A grinding device comprising a chuck table for sucking and holding the lower surface of a workpiece having a bending force of an outer circumferential portion by a holding surface, and a grinding mechanism for grinding the upper surface of the workpiece held by the holding surface with a grinding stone. ,
a groove forming unit for forming a groove having a depth equal to or less than a depth that the grinding wheel grinds on an upper surface of the workpiece before holding the workpiece by the holding surface;
The groove forming unit,
a support unit for supporting the workpiece;
A laser processing unit for irradiating a laser beam having an absorption wavelength with respect to the workpiece to the upper surface of the workpiece supported by the support unit.
including,
The laser processing unit positions a convergence point of a laser beam according to the height of the upper surface of the workpiece supported by the support unit, forms the groove on the upper surface of the workpiece by the laser beam, and bends the workpiece upward.
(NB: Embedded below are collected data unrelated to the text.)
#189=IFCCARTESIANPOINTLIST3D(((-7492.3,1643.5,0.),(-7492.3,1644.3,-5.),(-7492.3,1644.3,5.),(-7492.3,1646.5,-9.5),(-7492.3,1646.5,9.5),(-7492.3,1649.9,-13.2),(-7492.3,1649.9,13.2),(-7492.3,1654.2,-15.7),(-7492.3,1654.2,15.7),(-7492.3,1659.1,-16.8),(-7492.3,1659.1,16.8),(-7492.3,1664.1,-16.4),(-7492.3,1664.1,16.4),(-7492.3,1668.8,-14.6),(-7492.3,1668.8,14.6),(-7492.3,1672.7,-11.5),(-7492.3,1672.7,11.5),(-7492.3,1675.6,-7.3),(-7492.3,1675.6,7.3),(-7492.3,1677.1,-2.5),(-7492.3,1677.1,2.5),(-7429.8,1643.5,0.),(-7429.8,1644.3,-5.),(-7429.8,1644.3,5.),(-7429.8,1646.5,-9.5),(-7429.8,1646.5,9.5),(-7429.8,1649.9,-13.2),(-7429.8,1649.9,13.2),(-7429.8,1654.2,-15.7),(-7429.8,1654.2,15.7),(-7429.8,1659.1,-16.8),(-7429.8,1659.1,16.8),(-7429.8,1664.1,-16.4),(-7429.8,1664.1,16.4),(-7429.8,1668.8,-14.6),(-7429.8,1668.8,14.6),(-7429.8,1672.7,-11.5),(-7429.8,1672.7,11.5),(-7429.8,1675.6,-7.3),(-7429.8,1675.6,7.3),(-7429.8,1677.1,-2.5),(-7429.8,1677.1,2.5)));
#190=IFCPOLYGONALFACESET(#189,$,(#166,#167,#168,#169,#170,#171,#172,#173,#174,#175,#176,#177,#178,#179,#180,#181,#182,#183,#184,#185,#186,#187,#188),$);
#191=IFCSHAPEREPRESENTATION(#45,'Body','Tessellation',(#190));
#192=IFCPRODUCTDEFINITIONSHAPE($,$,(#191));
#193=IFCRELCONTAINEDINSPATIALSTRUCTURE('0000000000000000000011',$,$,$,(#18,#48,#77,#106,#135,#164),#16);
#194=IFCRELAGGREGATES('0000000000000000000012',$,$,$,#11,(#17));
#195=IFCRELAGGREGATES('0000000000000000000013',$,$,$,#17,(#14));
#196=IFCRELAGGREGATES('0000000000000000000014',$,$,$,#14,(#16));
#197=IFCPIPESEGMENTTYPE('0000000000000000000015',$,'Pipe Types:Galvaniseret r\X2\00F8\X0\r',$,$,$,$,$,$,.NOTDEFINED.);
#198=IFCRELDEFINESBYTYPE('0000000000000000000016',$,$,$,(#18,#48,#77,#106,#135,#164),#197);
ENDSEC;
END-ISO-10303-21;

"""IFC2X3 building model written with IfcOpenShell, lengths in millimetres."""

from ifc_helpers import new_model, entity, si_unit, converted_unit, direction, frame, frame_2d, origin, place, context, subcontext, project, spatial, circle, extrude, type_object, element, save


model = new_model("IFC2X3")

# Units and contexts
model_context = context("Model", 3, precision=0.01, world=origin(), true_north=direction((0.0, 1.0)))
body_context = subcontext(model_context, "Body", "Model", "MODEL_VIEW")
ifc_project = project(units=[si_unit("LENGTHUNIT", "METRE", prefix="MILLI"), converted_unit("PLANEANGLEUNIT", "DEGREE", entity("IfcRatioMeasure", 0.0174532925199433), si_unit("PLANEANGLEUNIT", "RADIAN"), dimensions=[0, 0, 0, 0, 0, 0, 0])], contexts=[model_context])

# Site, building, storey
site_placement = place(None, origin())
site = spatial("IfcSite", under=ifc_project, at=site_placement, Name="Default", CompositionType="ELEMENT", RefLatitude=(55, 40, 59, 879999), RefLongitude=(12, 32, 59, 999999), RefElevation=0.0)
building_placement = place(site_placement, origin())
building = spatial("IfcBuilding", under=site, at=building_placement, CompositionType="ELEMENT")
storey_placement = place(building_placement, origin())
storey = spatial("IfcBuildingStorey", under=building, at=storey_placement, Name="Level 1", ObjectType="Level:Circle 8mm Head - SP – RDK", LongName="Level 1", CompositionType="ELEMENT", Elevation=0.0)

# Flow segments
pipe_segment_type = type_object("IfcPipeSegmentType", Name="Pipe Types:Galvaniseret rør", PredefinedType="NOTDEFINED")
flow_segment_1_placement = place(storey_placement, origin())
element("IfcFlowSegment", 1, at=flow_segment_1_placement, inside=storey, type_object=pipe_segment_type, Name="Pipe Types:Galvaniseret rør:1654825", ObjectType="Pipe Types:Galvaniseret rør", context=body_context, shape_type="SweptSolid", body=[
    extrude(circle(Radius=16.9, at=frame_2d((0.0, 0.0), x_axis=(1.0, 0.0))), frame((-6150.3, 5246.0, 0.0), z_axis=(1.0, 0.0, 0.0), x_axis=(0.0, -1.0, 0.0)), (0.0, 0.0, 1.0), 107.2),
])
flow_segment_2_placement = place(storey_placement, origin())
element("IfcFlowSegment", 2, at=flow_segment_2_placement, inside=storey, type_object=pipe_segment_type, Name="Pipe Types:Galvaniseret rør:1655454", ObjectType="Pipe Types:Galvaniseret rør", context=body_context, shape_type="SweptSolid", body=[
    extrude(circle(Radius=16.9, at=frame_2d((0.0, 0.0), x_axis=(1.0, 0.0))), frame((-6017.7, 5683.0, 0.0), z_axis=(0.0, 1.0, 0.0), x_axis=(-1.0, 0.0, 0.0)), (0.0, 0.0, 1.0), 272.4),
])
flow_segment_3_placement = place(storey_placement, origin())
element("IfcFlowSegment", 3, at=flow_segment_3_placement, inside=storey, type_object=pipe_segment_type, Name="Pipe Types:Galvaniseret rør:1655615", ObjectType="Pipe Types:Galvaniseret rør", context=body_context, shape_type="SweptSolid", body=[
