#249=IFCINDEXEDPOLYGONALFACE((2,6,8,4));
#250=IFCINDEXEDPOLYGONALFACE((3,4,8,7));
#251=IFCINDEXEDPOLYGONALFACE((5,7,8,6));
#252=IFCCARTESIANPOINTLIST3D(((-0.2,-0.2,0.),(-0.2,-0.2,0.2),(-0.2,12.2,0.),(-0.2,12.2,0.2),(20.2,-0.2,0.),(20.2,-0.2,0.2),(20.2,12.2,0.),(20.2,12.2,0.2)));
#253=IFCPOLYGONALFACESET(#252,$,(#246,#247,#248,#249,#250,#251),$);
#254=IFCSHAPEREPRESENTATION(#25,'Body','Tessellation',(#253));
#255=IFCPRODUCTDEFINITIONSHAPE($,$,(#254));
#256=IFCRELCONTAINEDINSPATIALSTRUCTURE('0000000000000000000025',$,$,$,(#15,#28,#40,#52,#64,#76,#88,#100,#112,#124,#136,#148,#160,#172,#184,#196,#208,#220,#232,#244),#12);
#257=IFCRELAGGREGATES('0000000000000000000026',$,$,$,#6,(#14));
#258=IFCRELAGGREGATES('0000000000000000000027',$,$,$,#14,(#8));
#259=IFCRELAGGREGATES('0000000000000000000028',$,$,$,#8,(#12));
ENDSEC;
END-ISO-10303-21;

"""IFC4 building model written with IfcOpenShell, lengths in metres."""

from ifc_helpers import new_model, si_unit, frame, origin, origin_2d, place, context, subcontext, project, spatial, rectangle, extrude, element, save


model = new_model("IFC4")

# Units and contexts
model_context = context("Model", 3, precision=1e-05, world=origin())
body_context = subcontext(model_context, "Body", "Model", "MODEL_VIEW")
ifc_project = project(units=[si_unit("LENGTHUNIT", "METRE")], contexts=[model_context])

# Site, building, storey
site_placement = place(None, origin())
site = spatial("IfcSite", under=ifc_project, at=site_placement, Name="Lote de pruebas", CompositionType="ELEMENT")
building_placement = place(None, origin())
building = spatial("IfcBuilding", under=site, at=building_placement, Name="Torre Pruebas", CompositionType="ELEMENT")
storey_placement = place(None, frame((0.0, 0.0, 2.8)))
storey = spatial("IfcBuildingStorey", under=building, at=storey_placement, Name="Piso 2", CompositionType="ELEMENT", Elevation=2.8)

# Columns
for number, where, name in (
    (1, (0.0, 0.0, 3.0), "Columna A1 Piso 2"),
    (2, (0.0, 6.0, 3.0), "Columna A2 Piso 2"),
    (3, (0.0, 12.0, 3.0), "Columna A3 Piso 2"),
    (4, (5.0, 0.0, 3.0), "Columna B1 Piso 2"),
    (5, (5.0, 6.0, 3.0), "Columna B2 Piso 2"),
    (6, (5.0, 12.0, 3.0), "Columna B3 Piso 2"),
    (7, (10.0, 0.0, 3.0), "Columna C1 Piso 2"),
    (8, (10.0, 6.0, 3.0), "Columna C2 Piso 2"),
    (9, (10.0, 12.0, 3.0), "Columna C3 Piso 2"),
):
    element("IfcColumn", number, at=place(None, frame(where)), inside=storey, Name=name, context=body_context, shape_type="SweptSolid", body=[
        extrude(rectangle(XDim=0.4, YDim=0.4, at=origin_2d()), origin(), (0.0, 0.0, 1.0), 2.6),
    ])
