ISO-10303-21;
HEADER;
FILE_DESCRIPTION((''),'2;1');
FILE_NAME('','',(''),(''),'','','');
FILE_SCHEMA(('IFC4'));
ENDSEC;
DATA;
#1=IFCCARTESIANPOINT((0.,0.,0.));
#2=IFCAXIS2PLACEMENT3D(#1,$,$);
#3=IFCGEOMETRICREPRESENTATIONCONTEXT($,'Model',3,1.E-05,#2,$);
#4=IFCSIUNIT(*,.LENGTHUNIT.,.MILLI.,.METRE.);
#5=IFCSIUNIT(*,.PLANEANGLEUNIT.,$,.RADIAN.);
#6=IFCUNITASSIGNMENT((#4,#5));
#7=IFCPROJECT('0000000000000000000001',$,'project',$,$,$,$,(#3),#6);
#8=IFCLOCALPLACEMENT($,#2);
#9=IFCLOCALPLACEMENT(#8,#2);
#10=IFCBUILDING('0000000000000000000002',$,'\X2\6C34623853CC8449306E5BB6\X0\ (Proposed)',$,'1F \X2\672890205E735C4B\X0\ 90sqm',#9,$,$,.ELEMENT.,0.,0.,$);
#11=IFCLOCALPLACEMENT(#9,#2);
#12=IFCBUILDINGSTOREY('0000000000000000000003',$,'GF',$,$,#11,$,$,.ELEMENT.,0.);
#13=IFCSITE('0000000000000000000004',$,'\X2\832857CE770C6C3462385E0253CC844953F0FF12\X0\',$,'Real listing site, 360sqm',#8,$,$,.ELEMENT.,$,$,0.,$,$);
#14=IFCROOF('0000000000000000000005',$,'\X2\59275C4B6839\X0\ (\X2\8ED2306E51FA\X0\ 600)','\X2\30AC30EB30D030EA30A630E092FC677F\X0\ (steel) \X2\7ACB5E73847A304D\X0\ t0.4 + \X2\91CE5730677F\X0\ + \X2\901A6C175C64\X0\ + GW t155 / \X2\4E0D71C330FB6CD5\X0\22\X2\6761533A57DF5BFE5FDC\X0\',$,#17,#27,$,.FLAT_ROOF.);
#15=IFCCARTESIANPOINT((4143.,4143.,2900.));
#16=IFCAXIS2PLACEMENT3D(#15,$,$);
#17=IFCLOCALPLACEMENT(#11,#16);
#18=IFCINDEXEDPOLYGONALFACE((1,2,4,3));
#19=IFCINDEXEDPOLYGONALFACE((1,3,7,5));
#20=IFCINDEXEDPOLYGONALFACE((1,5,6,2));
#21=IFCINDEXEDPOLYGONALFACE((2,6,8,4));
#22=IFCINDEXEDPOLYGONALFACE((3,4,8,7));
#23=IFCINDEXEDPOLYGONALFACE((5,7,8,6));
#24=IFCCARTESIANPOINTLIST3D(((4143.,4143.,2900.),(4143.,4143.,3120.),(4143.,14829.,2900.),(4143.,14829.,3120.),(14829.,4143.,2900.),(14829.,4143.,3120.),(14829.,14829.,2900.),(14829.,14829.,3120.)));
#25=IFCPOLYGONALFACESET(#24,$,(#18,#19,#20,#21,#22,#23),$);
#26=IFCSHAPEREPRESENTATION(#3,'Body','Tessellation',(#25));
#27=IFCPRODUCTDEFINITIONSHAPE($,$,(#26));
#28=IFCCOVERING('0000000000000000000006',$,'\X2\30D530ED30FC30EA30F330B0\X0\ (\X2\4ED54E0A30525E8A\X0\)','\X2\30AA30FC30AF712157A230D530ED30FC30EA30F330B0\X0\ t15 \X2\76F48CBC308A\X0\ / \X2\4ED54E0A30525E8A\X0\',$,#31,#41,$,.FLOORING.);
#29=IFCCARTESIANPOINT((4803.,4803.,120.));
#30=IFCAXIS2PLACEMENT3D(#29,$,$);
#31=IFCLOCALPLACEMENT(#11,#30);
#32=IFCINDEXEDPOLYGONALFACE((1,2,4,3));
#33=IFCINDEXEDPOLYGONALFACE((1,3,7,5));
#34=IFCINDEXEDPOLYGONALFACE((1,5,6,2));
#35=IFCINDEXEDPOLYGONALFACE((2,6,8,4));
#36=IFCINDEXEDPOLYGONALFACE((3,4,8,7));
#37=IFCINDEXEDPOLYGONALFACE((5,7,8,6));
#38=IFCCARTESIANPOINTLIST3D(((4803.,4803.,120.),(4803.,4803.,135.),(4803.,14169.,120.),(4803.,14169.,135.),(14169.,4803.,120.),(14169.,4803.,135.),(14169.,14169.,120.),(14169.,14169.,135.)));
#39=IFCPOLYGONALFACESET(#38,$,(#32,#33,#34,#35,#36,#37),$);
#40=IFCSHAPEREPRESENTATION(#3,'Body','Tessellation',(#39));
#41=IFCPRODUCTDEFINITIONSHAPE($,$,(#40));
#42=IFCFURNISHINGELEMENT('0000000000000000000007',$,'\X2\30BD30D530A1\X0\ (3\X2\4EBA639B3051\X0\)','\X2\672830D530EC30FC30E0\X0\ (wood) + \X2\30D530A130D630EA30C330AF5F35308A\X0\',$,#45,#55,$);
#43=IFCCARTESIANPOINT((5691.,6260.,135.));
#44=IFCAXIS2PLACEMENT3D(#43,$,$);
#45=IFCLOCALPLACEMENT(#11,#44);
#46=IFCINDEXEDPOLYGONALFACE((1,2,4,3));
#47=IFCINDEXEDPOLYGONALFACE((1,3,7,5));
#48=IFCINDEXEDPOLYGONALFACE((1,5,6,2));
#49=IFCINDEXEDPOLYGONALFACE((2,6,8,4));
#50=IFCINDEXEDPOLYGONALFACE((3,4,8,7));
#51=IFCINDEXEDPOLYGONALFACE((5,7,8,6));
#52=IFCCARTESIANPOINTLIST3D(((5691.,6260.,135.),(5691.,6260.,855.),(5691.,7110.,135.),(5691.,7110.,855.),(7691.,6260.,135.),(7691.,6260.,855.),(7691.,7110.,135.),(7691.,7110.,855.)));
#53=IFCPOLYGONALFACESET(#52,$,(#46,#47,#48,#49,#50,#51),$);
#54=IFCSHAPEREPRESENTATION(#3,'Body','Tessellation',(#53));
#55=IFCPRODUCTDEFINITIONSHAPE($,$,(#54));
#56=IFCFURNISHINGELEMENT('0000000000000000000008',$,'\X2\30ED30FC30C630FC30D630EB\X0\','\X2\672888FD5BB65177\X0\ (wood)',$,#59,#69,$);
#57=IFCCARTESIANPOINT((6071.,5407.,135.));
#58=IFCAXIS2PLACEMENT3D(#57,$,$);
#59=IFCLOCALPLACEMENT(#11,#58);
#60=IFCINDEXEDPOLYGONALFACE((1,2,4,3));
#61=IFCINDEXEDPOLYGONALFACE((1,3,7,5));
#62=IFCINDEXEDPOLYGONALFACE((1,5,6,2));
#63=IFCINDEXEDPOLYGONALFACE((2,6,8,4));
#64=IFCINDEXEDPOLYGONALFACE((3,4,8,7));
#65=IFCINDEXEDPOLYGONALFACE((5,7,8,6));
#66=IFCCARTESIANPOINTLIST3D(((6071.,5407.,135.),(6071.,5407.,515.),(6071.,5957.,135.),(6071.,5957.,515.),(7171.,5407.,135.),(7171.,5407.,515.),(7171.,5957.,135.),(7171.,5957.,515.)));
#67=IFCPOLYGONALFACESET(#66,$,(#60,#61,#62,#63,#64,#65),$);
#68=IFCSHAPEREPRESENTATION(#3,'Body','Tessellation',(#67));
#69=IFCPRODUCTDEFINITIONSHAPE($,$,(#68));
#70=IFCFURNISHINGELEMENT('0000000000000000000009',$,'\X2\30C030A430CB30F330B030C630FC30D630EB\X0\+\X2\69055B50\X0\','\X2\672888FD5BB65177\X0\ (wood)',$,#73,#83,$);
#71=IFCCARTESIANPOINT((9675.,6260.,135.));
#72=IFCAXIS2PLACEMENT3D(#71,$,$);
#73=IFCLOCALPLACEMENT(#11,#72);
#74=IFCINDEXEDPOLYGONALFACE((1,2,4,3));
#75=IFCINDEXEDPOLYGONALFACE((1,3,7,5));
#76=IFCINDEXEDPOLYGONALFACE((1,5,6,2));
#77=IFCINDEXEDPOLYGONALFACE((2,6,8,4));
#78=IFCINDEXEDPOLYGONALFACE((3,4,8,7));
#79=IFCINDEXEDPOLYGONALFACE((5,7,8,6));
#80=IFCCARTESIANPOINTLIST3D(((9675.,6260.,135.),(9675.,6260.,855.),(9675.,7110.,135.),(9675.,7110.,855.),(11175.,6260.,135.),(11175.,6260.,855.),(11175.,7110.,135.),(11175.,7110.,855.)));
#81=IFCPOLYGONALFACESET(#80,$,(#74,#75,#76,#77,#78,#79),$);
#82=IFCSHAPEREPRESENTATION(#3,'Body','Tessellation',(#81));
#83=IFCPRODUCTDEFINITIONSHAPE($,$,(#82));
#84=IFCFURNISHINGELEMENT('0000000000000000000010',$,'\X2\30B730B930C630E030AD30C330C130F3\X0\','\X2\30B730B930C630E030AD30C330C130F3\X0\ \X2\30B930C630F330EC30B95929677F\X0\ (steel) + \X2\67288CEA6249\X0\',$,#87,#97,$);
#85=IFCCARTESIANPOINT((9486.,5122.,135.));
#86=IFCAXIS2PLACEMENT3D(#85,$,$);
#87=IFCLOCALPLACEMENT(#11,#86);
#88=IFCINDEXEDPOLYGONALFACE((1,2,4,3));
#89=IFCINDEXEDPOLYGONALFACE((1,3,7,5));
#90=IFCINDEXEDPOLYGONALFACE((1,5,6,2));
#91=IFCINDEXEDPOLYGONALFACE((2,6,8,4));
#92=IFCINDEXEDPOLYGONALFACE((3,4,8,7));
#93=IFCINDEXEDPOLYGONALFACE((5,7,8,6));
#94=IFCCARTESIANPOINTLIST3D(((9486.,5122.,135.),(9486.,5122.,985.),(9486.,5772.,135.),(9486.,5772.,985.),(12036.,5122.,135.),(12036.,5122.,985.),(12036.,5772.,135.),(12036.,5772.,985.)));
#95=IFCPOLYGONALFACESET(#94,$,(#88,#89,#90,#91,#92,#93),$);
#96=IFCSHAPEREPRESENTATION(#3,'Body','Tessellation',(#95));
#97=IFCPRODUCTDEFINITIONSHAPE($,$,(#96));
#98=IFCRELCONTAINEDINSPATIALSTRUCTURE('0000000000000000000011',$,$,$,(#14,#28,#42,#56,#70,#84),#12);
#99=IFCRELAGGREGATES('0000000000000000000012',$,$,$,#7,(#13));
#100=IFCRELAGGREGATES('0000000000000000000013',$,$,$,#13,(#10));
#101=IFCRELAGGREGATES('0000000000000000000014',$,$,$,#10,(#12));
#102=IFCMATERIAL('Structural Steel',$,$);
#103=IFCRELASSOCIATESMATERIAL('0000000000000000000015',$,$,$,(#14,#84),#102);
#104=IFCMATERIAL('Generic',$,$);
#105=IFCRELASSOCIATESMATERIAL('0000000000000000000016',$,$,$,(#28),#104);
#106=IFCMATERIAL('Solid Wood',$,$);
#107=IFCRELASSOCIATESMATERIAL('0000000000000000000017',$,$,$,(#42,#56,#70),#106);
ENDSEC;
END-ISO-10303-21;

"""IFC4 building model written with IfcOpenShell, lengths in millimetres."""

from ifc_helpers import new_model, si_unit, frame, frame_2d, origin, place, context, project, spatial, rectangle, extrude, material, element, save


model = new_model("IFC4")

# Units and contexts
model_context = context("Model", 3, precision=1e-05, world=origin())
ifc_project = project(units=[si_unit("LENGTHUNIT", "METRE", prefix="MILLI"), si_unit("PLANEANGLEUNIT", "RADIAN")], contexts=[model_context])

# Site, building, storey
site_placement = place(None, origin())
site = spatial("IfcSite", under=ifc_project, at=site_placement, Name="茨城県水戸市双葉台２", ObjectType="Real listing site, 360sqm", CompositionType="ELEMENT", RefElevation=0.0)
building_placement = place(site_placement, origin())
building = spatial("IfcBuilding", under=site, at=building_placement, Name="水戸双葉の家 (Proposed)", ObjectType="1F 木造平屋 90sqm", CompositionType="ELEMENT", ElevationOfRefHeight=0.0, ElevationOfTerrain=0.0)
storey_placement = place(building_placement, origin())
storey = spatial("IfcBuildingStorey", under=building, at=storey_placement, Name="GF", CompositionType="ELEMENT", Elevation=0.0)

# Shared definitions
ifc_material_1 = material(Name="Solid Wood")

# Roof
ifc_material_2 = material(Name="Structural Steel")
roof_placement = place(storey_placement, frame((4143.0, 4143.0, 2900.0)))
element("IfcRoof", 1, at=roof_placement, inside=storey, material=ifc_material_2, Name="大屋根 (軒の出 600)", Description="ガルバリウム鋼板 (steel) 立平葺き t0.4 + 野地板 + 通気層 + GW t155 / 不燃・法22条区域対応", PredefinedType="FLAT_ROOF", context=model_context, shape_type="SweptSolid", body=[
    extrude(rectangle(XDim=10686.0, YDim=10686.0, at=frame_2d((5343.0, 5343.0))), frame((4143.0, 4143.0, 2900.0)), (0.0, 0.0, 1.0), 220.0),
])

# Covering
ifc_material_3 = material(Name="Generic")
covering_placement = place(storey_placement, frame((4803.0, 4803.0, 120.0)))
element("IfcCovering", 2, at=covering_placement, inside=storey, material=ifc_material_3, Name="フローリング (仕上げ床)", Description="オーク無垢フローリング t15 直貼り / 仕上げ床", PredefinedType="FLOORING", context=model_context, shape_type="SweptSolid", body=[
    extrude(rectangle(XDim=9366.0, YDim=9366.0, at=frame_2d((4683.0, 4683.0))), frame((4803.0, 4803.0, 120.0)), (0.0, 0.0, 1.0), 15.0),
])

# Furnishing elements
furnishing_1_placement = place(storey_placement, frame((5691.0, 6260.0, 135.0)))
element("IfcFurnishingElement", 3, at=furnishing_1_placement, inside=storey, material=ifc_material_1, Name="ソファ (3人掛け)", Description="木フレーム (wood) + ファブリック張り", context=model_context, shape_type="SweptSolid", body=[
    extrude(rectangle(XDim=2000.0, YDim=850.0, at=frame_2d((1000.0, 425.0))), frame((5691.0, 6260.0, 135.0)), (0.0, 0.0, 1.0), 720.0),
])
furnishing_2_placement = place(storey_placement, frame((6071.0, 5407.0, 135.0)))
element("IfcFurnishingElement", 4, at=furnishing_2_placement, inside=storey, material=ifc_material_1, Name="ローテーブル", Description="木製家具 (wood)", context=model_context, shape_type="SweptSolid", body=[
    extrude(rectangle(XDim=1100.0, YDim=550.0, at=frame_2d((550.0, 275.0))), frame((6071.0, 5407.0, 135.0)), (0.0, 0.0, 1.0), 380.0),
])
furnishing_3_placement = place(storey_placement, frame((9675.0, 6260.0, 135.0)))
element("IfcFurnishingElement", 5, at=furnishing_3_placement, inside=storey, material=ifc_material_1, Name="ダイニングテーブル+椅子", Description="木製家具 (wood)", context=model_context, shape_type="SweptSolid", body=[
    extrude(rectangle(XDim=1500.0, YDim=850.0, at=frame_2d((750.0, 425.0))), frame((9675.0, 6260.0, 135.0)), (0.0, 0.0, 1.0), 720.0),
])
furnishing_4_placement = place(storey_placement, frame((9486.0, 5122.0, 135.0)))
element("IfcFurnishingElement", 6, at=furnishing_4_placement, inside=storey, material=ifc_material_2, Name="システムキッチン", Description="システムキッチン ステンレス天板 (steel) + 木質扉", context=model_context, shape_type="SweptSolid", body=[
    extrude(rectangle(XDim=2550.0, YDim=650.0, at=frame_2d((1275.0, 325.0))), frame((9486.0, 5122.0, 135.0)), (0.0, 0.0, 1.0), 850.0),
])

save(model, "model.ifc")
A grinding device that weakens the The method of claim 1, wherein the groove forming unit comprises: a height measuring device for measuring a height of a curved outer edge of the workpiece supported by the support unit and a height of a central upper surface of the workpiece supported by the support unit; A warpage calculation unit for calculating a difference between the height of the outer circumferential edge and the height of the upper central surface measured by a height measuring device;
and a groove condition determination unit for determining at least the number of grooves based on the difference calculated by the warp amount calculation unit.